I need the lines below from the one with "#70=IFCINDEXEDPOLYGONALFACE((2,6,8,4));" down to the one with "#82=IFCINDEXEDPOLYGONALFACE((2,6,8,4));" reproduced exactly, both ends included, and nothing else.

Saved data entries:
== Segment start ==

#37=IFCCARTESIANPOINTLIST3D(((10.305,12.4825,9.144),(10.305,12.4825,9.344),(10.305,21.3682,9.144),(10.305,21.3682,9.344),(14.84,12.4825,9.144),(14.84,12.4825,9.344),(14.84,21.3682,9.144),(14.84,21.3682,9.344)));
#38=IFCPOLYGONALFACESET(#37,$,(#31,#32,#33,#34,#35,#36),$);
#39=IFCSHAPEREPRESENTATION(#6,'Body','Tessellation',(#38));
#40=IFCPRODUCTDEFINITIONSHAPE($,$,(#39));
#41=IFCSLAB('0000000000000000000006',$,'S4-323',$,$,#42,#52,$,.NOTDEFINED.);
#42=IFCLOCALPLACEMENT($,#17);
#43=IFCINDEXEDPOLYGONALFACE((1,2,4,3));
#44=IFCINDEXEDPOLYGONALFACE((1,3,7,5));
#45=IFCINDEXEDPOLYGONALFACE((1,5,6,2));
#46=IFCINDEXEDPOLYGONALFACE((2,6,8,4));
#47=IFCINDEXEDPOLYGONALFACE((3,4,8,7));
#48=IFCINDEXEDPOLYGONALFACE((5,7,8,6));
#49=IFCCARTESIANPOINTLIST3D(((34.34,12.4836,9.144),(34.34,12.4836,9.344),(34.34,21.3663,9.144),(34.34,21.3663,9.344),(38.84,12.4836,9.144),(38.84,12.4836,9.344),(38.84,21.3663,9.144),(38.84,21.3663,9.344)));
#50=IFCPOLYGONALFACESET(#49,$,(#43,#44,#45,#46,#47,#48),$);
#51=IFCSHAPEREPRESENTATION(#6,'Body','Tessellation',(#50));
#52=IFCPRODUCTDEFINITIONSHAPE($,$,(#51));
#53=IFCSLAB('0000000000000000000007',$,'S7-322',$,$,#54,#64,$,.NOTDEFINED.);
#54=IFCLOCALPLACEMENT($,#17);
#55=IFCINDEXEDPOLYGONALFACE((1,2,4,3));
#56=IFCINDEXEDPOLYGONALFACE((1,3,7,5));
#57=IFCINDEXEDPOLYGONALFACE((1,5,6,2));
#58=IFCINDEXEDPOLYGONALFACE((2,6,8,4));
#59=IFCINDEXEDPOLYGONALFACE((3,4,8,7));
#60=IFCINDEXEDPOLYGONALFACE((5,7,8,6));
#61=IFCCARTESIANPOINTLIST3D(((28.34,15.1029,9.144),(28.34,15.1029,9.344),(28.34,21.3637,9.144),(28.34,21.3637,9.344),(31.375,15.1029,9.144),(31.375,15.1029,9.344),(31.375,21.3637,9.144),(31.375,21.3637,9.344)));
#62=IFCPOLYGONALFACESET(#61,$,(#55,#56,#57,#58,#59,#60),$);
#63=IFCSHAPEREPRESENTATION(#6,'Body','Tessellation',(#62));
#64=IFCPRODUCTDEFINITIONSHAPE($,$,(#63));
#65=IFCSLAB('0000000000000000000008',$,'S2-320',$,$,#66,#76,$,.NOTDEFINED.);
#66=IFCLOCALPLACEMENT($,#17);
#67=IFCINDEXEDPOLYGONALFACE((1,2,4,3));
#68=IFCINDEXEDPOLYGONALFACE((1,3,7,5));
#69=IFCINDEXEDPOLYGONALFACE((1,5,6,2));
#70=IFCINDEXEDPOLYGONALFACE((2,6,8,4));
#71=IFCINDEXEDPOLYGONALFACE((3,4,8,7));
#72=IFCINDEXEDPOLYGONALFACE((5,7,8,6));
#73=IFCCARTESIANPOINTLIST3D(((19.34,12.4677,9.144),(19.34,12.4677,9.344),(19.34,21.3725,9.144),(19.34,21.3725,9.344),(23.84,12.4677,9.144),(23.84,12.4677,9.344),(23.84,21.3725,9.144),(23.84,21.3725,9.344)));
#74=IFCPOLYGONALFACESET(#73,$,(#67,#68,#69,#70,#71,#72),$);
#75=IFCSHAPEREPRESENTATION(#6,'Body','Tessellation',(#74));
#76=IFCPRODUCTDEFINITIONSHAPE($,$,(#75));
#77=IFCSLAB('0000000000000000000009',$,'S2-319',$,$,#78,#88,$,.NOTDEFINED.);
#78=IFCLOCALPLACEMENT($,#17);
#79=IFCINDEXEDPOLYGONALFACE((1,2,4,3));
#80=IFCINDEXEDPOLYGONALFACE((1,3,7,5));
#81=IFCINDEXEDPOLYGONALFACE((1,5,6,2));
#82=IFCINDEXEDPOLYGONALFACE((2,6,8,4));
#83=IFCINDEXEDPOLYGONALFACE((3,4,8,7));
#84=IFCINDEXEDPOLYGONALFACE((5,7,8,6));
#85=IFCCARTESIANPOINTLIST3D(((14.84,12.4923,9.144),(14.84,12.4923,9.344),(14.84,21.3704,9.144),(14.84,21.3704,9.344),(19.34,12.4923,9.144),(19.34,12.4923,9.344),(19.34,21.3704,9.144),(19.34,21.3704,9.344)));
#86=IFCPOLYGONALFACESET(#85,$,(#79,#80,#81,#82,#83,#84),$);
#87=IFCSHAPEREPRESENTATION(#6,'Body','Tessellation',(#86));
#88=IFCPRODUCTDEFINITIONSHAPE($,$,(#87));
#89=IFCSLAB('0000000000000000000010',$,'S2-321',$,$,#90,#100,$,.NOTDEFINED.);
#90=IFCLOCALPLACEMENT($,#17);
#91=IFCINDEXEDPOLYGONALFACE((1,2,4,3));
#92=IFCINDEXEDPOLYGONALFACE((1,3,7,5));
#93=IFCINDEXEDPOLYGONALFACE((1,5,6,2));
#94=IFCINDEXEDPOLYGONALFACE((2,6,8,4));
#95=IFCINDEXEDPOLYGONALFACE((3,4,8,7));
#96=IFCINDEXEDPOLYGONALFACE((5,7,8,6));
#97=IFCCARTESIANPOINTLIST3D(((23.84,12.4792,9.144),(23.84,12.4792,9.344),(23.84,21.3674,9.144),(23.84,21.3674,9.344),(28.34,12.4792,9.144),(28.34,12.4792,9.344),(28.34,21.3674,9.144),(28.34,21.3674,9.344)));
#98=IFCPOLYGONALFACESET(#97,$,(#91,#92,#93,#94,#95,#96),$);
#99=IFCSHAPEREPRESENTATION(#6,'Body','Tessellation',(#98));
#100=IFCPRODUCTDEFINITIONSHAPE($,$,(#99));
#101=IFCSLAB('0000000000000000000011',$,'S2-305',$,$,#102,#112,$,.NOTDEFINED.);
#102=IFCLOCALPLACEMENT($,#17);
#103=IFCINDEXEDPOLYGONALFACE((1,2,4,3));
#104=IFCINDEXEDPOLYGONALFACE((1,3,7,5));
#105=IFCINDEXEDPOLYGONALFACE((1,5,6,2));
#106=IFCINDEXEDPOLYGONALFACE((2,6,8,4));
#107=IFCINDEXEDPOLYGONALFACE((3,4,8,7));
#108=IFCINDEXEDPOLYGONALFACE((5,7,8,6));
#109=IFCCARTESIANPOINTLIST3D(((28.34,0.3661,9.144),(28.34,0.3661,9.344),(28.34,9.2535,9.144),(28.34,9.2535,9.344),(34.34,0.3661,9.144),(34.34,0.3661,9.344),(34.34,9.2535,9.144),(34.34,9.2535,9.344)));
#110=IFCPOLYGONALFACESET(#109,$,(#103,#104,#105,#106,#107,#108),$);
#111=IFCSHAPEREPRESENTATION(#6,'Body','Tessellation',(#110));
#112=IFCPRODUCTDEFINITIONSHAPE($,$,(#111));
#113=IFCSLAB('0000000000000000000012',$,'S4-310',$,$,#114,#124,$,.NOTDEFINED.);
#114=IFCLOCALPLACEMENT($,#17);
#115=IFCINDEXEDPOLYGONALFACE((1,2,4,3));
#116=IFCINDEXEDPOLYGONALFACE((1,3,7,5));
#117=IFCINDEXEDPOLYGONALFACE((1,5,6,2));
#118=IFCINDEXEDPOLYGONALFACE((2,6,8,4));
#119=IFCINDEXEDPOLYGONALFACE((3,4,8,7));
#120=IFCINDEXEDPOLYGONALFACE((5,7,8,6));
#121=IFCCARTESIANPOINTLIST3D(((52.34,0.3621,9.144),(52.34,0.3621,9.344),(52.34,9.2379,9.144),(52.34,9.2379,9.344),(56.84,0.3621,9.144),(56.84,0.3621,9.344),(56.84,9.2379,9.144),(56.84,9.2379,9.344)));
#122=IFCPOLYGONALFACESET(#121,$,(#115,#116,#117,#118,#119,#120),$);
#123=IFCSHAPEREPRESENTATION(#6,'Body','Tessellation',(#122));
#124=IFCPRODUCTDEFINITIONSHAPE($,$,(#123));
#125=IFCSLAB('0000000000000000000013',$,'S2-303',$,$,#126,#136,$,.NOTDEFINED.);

== Segment end ==

Exercise response:
#70=IFCINDEXEDPOLYGONALFACE((2,6,8,4));
#71=IFCINDEXEDPOLYGONALFACE((3,4,8,7));
#72=IFCINDEXEDPOLYGONALFACE((5,7,8,6));
#73=IFCCARTESIANPOINTLIST3D(((19.34,12.4677,9.144),(19.34,12.4677,9.344),(19.34,21.3725,9.144),(19.34,21.3725,9.344),(23.84,12.4677,9.144),(23.84,12.4677,9.344),(23.84,21.3725,9.144),(23.84,21.3725,9.344)));
#74=IFCPOLYGONALFACESET(#73,$,(#67,#68,#69,#70,#71,#72),$);
#75=IFCSHAPEREPRESENTATION(#6,'Body','Tessellation',(#74));
#76=IFCPRODUCTDEFINITIONSHAPE($,$,(#75));
#77=IFCSLAB('0000000000000000000009',$,'S2-319',$,$,#78,#88,$,.NOTDEFINED.);
#78=IFCLOCALPLACEMENT($,#17);
#79=IFCINDEXEDPOLYGONALFACE((1,2,4,3));
#80=IFCINDEXEDPOLYGONALFACE((1,3,7,5));
#81=IFCINDEXEDPOLYGONALFACE((1,5,6,2));
#82=IFCINDEXEDPOLYGONALFACE((2,6,8,4));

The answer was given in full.